To close the gap, the EU needs more risk capital, lighter burdens for startups, regulatory sandboxes for high-growth technologies, and greater tolerance for continental-scale champions. It must also make itself more attractive to global talent and less prone to losing its own innovators to larger and more permissive ecosystems abroad.
6. Building a Credible Defense Union

Figure 6
Europe’s defense challenge is not only how much it spends, but how inefficiently it spends across fragmented systems, duplicated capabilities, and weak economies of scale.
Source: European Commission (CARD 2024); European Defence Agency (EDA, 2023); McKinsey (2024)
No serious superpower can remain militarily fragmented and strategically dependent on another power for its ultimate security. Europe spends heavily on defense in aggregate, yet too much of that spending is duplicated, nationally siloed, and inefficient relative to the threats it faces.

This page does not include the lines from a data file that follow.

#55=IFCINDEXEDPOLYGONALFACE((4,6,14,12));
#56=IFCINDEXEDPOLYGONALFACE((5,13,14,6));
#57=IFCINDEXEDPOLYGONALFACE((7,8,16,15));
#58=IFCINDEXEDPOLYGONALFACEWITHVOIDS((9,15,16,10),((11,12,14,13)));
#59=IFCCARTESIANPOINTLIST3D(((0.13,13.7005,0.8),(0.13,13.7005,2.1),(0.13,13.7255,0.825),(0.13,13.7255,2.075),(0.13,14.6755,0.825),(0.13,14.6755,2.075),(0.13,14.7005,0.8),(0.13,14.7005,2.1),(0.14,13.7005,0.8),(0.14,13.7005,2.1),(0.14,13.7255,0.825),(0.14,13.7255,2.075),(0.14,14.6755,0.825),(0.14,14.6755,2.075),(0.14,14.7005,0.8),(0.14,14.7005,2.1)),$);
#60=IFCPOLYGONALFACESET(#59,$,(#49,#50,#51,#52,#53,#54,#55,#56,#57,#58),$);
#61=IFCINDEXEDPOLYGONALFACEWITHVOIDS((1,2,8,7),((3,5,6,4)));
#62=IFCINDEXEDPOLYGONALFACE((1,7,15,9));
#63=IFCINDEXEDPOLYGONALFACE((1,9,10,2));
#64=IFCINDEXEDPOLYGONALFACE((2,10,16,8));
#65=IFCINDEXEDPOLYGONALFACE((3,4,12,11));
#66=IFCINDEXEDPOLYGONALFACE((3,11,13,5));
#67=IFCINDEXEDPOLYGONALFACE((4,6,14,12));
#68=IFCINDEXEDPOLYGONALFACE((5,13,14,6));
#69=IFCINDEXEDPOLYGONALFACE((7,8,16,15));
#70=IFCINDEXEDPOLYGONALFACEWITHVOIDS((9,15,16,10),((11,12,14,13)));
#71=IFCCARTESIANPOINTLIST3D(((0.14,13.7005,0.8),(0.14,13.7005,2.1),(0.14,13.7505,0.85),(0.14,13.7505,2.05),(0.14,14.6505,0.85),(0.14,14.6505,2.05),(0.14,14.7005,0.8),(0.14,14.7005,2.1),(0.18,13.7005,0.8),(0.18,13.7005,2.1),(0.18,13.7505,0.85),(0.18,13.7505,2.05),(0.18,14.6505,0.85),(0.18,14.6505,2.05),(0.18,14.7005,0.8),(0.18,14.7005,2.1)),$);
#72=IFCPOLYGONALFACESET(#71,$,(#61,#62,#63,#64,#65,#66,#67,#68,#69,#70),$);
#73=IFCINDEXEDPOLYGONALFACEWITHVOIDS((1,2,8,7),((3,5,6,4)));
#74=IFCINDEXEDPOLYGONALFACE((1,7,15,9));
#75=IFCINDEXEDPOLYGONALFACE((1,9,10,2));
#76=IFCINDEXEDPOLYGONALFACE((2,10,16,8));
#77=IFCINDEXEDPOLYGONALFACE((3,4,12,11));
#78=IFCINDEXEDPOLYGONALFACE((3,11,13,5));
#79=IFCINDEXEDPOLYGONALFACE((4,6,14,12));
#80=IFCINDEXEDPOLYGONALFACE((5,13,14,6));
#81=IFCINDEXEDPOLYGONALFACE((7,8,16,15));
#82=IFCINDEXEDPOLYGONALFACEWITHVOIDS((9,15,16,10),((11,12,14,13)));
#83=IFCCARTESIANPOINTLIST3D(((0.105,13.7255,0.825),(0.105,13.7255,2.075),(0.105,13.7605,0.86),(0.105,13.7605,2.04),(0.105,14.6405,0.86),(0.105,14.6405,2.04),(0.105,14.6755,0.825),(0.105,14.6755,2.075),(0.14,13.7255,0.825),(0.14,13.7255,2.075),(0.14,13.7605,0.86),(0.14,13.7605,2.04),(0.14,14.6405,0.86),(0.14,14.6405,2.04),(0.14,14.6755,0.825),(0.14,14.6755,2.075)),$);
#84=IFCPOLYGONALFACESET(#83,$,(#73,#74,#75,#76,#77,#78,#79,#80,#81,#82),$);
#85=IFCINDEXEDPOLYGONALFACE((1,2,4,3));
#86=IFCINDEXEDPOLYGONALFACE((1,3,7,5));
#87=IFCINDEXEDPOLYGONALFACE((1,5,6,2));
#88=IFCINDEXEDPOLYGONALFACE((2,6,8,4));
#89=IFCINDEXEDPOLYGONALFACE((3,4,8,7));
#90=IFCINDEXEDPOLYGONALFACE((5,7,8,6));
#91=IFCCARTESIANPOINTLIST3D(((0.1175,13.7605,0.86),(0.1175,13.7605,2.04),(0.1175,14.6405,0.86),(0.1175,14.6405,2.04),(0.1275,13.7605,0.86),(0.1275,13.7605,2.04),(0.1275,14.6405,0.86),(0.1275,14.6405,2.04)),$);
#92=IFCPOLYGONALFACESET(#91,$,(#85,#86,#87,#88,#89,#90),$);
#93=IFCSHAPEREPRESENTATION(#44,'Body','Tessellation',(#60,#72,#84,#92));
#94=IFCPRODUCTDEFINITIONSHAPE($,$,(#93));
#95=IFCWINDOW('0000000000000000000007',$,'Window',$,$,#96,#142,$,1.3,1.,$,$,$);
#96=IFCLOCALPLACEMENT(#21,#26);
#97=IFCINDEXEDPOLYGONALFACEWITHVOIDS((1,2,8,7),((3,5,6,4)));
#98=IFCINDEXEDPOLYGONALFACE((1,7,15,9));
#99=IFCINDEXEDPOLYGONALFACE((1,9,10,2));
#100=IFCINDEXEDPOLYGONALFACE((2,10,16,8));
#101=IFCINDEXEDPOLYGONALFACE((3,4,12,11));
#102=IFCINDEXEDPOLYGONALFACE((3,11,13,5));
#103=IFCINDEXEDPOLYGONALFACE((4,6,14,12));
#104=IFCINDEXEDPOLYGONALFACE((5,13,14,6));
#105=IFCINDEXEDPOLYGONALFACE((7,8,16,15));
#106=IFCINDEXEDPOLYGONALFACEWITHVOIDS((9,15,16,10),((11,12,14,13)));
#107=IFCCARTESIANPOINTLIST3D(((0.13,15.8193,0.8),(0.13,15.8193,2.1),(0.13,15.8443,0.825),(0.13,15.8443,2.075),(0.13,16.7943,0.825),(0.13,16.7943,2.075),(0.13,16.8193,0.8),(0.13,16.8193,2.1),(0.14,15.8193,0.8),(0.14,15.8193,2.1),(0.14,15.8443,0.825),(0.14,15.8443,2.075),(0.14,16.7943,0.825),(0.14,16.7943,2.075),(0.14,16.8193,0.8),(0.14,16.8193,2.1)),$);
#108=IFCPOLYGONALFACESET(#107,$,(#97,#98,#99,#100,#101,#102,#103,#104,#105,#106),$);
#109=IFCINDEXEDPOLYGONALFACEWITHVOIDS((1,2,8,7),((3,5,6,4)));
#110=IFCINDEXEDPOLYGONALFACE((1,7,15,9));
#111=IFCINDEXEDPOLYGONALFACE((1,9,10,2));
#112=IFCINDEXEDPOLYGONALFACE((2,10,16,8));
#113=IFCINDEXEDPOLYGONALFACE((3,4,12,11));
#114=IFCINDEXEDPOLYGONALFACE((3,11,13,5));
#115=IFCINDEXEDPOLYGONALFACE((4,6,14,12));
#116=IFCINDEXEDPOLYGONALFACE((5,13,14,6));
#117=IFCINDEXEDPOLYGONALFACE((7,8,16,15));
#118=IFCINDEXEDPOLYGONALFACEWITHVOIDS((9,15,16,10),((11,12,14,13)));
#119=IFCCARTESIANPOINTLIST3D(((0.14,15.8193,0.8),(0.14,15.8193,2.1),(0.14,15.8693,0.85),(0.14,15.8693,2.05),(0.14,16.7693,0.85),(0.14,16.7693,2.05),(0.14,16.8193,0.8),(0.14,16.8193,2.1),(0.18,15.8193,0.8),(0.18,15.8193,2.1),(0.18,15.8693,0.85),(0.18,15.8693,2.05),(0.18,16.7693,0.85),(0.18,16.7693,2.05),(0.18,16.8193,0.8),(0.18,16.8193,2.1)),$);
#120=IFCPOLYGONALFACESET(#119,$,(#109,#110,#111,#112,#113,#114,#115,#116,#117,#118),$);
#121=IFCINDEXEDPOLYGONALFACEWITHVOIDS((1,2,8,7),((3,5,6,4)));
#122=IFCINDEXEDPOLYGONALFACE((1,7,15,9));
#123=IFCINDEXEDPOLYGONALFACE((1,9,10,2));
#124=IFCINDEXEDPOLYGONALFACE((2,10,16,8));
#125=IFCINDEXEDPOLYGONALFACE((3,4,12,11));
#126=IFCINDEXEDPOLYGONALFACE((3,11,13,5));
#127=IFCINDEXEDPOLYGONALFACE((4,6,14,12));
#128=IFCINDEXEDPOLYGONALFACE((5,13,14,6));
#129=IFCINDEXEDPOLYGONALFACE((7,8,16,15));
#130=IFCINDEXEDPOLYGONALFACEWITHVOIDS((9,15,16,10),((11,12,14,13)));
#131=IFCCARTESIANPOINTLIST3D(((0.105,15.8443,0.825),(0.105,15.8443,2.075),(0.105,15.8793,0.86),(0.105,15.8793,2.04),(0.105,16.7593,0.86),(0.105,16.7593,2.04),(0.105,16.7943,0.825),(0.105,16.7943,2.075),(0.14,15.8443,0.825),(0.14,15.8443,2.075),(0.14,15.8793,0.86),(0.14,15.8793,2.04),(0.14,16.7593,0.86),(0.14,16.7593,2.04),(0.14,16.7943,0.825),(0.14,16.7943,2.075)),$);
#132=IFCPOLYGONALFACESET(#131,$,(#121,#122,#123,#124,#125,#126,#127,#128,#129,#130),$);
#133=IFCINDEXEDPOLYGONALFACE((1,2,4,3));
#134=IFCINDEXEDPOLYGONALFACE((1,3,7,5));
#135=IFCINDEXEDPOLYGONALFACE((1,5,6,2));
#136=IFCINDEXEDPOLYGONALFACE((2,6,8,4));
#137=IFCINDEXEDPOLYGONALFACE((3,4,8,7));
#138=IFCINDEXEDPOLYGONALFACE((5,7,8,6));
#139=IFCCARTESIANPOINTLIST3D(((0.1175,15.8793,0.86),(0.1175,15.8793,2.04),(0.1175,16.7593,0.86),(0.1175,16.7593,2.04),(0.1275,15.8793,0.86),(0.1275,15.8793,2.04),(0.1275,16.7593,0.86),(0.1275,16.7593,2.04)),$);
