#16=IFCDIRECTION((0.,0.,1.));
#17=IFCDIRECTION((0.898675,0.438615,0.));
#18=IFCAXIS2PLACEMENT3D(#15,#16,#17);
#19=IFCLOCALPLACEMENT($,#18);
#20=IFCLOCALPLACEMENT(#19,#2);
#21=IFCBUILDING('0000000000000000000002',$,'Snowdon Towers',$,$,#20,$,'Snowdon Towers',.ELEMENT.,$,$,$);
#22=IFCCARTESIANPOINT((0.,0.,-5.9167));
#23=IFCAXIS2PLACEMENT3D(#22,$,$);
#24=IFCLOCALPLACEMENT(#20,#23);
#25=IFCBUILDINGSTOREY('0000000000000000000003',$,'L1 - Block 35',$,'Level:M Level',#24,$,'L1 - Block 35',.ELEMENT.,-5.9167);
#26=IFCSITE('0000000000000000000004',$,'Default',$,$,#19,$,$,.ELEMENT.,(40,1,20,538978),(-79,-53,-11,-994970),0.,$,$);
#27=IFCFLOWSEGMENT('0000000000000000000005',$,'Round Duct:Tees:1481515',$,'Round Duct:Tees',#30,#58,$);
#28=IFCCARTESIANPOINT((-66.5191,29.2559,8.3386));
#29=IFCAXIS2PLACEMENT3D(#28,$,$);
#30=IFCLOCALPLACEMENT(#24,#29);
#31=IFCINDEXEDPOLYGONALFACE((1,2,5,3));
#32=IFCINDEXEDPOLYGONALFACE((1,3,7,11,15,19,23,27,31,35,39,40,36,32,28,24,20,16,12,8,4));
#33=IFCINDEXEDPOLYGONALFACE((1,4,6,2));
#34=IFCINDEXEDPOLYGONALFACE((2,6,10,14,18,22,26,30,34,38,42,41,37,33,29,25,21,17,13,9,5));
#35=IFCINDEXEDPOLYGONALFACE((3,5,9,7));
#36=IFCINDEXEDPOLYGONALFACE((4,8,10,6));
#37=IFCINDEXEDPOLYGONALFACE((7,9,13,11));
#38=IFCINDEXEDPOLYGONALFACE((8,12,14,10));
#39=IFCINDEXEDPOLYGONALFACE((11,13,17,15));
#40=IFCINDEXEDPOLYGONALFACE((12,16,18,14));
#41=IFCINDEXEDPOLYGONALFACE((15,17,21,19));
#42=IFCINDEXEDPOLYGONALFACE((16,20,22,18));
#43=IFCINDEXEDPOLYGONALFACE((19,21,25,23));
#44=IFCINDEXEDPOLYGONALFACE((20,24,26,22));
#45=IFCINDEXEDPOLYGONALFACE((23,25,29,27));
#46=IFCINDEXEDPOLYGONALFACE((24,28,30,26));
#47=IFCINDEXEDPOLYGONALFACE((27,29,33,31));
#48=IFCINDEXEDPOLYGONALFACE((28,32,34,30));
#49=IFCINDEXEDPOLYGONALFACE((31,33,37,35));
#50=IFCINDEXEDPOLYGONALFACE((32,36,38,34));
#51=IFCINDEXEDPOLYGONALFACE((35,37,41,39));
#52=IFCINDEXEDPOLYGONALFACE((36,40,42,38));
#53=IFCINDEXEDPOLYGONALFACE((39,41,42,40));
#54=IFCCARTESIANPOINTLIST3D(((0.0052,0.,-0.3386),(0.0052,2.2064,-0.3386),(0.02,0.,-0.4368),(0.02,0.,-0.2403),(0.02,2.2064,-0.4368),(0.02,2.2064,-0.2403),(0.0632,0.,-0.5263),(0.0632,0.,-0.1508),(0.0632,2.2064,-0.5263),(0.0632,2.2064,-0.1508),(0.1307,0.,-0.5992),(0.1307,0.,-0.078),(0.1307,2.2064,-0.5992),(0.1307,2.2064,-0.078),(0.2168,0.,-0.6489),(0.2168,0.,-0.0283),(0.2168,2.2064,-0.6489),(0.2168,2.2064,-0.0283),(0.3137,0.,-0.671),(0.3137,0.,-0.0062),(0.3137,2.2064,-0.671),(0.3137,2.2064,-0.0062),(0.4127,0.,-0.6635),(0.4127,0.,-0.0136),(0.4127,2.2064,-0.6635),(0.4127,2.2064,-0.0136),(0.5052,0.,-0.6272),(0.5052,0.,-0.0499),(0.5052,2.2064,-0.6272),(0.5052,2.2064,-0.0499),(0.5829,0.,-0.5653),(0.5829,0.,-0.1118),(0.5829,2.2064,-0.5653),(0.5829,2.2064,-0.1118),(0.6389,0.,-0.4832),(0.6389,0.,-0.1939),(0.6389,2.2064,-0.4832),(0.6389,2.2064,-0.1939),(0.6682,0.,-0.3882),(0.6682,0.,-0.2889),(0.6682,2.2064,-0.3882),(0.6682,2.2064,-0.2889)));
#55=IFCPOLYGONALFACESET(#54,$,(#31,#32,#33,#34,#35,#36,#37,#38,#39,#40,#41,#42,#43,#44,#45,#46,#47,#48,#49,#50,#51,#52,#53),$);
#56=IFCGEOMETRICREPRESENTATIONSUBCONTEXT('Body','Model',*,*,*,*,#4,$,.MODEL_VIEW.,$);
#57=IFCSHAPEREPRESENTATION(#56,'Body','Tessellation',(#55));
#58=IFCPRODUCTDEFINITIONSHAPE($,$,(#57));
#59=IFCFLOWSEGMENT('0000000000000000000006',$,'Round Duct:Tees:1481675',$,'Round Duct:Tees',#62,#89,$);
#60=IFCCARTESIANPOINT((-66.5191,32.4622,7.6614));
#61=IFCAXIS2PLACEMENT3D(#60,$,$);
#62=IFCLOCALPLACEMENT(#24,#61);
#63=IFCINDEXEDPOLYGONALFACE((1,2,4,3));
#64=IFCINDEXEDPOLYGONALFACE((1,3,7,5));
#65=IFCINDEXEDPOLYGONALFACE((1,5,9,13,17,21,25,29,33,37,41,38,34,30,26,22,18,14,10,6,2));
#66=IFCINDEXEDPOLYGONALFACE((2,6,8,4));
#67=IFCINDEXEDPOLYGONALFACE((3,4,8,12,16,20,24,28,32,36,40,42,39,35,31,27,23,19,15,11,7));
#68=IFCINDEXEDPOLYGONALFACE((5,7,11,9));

Recent years have increased the urgency. Russia remains a direct security challenge, instability on Europe’s periphery continues to generate pressure, and Washington’s strategic focus is increasingly tilted toward Asia. That does not make NATO obsolete, but it does mean Europe must become a far more capable pillar within it.
A credible defense union would require more joint procurement, a more consolidated defense industrial base, higher levels of readiness, and stronger coordination on capabilities that matter in modern conflict. Strategic autonomy in defense does not mean severing alliances. It means being able to act when required and contribute meaningfully when alliances are strained.
7. Deepening Governance, Fiscal Capacity, and Foreign Policy Cohesion
Europe’s structural weakness is not only economic. It is institutional. A union that wants to act like a superpower cannot repeatedly allow unanimity rules and internal fragmentation to slow urgent decisions on sanctions, foreign policy, industrial funding, or strategic response.
That is why governance reform matters as much as industrial reform. More qualified majority voting in foreign policy, deeper fiscal coordination, stronger joint financing tools, and better alignment between strategic priorities and budget capacity would make Europe more agile and credible. The bloc’s market power already gives it leverage in trade and standards. The question is whether it can pair that leverage with faster decision-making and clearer external purpose.
Without that, Europe risks remaining a giant in economic regulation but a laggard in hard strategic action.
What would make Europe a real superpower?
Conclusion Europe has many of the ingredients of a 21st-century superpower: market size, talent, institutional depth, industrial legacy, and global regulatory influence. What it lacks is not potential, but consolidation. The central challenge is to turn scale into power across finance, regulation, energy, industry, technology, defense, and governance.
That is why the next decade matters so much. If the EU completes the Savings and Investments Union, reduces internal fragmentation, secures energy sovereignty, backs strategic industries, builds technological leadership, strengthens defense integration, and reforms its decision-making architecture, it can emerge as one of the defining powers of the century. If it fails, it risks becoming something far weaker: prosperous, stable, and respected, but strategically secondary.
Europe’s future therefore hinges less on whether it has the resources to lead than on whether it has the political will to act like a power that intends to lead.